After picking my spot and building my shelter, I walked, sat, breathed, and
wrote in my journal. As the first day waned, I made a roaring bonfire against
the outer wall of the fortress, feeding it the end of a massive driftwood log.
I sketched the sun setting over Boston's skyline as the stars came out,
listened to the fire and the waves on the beach, and had time, and space,
entirely to myself.

That weekend gave me a chance to contemplate the myriad huge changes then
imminent in my life: things like picking a college, moving out of the home I'd
lived in since I was two years old, and moving to a different state in another
part of the country.

At the time, I thoroughly enjoyed the solo experience. It flew by, and I was
grateful to have had the chance to decompress and spend time outside. It was
transformative in a few ways, and in writing this I'm realizing it again, and
remembering just how valuable -- and rare -- that kind of solitude is. Human
connection is so important. But so is the chance to _completely_ unplug and
disconnect. I can't recommend it highly enough.
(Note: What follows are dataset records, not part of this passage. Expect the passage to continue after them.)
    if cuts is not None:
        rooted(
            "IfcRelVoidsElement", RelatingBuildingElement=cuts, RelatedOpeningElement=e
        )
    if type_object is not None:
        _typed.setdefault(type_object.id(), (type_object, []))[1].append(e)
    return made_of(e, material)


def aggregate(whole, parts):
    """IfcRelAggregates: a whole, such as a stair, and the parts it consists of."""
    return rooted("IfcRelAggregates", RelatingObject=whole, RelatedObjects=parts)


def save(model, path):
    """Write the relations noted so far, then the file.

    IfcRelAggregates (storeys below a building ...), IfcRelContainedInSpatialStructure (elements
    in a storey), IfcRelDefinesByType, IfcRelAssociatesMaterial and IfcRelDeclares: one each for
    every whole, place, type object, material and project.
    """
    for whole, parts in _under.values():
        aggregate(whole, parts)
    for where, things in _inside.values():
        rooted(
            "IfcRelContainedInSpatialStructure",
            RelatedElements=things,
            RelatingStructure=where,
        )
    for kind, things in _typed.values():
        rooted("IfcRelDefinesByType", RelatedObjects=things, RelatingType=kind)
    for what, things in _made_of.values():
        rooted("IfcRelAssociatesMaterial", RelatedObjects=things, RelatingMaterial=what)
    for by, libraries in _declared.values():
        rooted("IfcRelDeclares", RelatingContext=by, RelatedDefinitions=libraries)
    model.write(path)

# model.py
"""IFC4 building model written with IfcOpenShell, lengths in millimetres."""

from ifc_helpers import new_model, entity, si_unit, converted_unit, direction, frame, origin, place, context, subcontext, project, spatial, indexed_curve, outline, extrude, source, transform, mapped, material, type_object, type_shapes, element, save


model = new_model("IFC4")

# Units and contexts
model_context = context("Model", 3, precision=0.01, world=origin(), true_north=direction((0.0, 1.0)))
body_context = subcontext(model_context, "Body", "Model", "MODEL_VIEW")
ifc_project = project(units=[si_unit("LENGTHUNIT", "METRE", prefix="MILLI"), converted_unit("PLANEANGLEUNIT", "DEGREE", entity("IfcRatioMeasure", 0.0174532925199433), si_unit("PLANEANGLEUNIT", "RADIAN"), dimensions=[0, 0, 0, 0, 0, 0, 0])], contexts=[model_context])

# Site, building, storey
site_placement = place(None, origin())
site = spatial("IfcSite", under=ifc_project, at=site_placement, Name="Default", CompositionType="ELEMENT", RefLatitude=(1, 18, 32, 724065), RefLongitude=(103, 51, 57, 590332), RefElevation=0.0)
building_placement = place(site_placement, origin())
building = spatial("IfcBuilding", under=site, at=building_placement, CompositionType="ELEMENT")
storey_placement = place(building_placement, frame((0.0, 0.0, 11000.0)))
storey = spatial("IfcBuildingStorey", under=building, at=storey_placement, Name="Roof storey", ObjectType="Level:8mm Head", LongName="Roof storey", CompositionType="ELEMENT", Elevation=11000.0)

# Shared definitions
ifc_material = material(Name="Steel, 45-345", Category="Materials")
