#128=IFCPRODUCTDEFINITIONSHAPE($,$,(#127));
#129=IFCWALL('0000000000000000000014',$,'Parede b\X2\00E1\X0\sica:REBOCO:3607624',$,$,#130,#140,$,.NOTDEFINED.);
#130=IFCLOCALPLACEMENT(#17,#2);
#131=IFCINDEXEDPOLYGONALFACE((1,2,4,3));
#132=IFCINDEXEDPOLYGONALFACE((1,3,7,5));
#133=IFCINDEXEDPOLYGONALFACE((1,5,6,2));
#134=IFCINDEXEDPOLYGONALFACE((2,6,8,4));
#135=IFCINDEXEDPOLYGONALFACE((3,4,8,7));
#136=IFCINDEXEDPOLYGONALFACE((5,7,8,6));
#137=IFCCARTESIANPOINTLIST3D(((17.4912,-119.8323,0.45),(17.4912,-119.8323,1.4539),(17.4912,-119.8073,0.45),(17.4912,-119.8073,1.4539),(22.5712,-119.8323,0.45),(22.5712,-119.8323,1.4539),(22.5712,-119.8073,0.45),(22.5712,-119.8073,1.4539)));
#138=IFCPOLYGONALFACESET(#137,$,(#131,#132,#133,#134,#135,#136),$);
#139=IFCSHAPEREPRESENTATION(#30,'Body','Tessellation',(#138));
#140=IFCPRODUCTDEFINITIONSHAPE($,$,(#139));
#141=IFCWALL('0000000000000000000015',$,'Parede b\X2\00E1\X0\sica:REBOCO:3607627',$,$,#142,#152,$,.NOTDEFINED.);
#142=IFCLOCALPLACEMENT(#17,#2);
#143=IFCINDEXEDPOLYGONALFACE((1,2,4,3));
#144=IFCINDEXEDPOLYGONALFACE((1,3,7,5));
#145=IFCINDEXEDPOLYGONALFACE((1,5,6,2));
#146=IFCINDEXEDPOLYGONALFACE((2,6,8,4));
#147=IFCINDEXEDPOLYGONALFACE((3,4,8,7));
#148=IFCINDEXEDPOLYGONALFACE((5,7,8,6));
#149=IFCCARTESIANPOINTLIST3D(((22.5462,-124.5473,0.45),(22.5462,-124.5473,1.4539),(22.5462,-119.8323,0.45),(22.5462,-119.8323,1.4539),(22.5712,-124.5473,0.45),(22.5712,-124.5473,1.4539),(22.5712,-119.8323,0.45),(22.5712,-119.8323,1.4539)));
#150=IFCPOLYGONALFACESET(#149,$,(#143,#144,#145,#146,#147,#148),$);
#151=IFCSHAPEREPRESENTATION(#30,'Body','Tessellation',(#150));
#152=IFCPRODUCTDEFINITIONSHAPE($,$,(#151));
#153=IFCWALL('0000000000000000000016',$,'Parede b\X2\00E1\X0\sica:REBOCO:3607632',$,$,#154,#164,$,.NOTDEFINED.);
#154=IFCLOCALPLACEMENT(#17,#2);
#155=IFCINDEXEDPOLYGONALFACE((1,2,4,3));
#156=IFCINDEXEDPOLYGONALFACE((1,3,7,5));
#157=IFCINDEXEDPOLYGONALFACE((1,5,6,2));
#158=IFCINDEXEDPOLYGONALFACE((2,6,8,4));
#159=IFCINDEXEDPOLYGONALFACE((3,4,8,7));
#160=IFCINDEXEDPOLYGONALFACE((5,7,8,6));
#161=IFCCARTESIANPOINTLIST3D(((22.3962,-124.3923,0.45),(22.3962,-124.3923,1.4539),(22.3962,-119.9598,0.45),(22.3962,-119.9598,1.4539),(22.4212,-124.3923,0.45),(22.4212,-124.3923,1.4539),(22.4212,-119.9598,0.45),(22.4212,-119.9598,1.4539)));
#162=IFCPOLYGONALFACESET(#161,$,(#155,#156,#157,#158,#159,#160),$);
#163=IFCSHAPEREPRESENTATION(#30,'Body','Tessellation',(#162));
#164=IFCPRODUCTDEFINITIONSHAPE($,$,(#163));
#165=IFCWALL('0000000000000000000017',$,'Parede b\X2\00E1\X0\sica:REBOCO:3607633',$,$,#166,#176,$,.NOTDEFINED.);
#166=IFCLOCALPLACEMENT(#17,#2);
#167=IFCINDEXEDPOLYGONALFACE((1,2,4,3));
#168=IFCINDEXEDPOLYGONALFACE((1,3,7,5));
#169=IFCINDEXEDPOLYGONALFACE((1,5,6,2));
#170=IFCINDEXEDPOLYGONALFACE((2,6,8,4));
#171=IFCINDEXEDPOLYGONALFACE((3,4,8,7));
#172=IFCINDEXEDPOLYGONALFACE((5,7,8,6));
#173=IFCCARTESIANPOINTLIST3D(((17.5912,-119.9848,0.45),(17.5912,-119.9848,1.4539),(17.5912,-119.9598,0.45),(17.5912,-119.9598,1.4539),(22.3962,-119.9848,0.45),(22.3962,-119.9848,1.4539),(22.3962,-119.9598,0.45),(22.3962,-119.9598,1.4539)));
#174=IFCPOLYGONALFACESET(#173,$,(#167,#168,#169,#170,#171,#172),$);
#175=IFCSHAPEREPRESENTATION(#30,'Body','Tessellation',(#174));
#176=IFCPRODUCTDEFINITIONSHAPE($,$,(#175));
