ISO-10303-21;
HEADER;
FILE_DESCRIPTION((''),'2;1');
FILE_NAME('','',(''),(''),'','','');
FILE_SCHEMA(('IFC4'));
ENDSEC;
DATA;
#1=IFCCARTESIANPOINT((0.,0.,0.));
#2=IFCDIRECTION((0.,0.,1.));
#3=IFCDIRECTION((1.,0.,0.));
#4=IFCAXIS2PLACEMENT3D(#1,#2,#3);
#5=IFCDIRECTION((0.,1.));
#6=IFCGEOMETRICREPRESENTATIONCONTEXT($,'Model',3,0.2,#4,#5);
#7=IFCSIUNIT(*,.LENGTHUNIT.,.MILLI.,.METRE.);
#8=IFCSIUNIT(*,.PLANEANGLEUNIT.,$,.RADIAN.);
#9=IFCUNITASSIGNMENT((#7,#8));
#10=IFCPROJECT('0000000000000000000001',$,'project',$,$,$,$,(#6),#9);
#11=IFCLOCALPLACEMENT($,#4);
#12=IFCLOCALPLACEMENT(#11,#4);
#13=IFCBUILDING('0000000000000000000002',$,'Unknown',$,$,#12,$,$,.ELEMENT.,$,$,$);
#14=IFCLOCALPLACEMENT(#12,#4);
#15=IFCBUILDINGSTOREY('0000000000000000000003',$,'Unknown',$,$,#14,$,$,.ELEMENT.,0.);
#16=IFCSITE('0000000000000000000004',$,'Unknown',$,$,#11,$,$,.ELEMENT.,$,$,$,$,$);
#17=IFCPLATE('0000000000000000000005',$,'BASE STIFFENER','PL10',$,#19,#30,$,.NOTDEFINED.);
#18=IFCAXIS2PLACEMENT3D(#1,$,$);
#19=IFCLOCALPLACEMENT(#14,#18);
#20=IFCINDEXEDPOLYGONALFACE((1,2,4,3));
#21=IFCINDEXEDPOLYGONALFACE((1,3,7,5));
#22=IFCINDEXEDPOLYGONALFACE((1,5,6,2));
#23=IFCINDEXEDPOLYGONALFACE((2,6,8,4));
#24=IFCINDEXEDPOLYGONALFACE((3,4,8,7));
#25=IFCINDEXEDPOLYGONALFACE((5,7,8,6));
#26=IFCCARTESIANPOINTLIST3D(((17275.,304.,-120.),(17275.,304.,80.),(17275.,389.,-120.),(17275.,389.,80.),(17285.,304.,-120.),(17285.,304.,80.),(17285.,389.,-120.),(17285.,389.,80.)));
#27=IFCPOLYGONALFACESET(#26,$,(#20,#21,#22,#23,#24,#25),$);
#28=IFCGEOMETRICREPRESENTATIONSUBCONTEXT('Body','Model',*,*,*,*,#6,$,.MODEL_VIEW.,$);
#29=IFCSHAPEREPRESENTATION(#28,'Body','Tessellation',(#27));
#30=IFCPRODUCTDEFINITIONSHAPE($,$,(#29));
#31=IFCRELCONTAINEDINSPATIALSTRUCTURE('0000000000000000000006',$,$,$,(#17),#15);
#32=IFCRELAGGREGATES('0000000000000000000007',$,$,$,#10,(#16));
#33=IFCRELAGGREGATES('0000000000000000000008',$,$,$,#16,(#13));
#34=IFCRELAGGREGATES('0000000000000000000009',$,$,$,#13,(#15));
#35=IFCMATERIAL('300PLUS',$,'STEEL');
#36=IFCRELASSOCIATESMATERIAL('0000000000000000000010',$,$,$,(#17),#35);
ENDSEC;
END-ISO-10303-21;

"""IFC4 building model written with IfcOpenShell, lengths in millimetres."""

from ifc_helpers import new_model, si_unit, direction, frame, origin_with_axes, place, context, subcontext, project, spatial, line, indexed_curve, outline, extrude, material, element, save


model = new_model("IFC4")

# Units and contexts
model_context = context("Model", 3, precision=0.2, world=origin_with_axes(), true_north=direction((0.0, 1.0)))
body_context = subcontext(model_context, "Body", "Model", "MODEL_VIEW")
ifc_project = project(units=[si_unit("LENGTHUNIT", "METRE", prefix="MILLI"), si_unit("PLANEANGLEUNIT", "RADIAN")], contexts=[model_context])

# Site, building, storey
site_placement = place(None, origin_with_axes())
site = spatial("IfcSite", under=ifc_project, at=site_placement, Name="Unknown", CompositionType="ELEMENT")
building_placement = place(site_placement, origin_with_axes())
building = spatial("IfcBuilding", under=site, at=building_placement, Name="Unknown", CompositionType="ELEMENT")
storey_placement = place(building_placement, origin_with_axes())
storey = spatial("IfcBuildingStorey", under=building, at=storey_placement, Name="Unknown", CompositionType="ELEMENT", Elevation=0.0)

# Shared definitions
ifc_material_1 = material(Name="300PLUS", Category="STEEL")

# Plate
plate_1_placement = place(storey_placement, frame((17280.0, 304.0, -120.0), z_axis=(1.0, 0.0, 0.0), x_axis=(0.0, 1.0, 0.0)))
element("IfcPlate", 1, at=plate_1_placement, inside=storey, material=ifc_material_1, Name="BASE STIFFENER", Description="PL10", PredefinedType="NOTDEFINED", context=body_context, shape_type="SolidModel", body=[
    extrude(outline(indexed_curve([(0.0, 0.0), (85.0, 0.0), (85.0, 200.0), (0.0, 200.0)], segments=[line(1, 2, 3, 4, 1)])), frame((0.0, 0.0, 5.0), z_axis=(0.0, 0.0, 1.0), x_axis=(1.0, 0.0, 0.0)), (0.0, 0.0, -1.0), 10.0),
])

save(model, "model.ifc")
My gratitude for that solo
experience is profound.

------
tym0
> The author of the experiment, a family psychologist, wanted to prove her
> working hypothesis that the today’s generation of young people are too often
> entertained by things not of their making, are incapable of finding ways to
> keep themselves busy, and are completely unfamiliar with the idea of the
> world of their imagination.

That is not how you do science.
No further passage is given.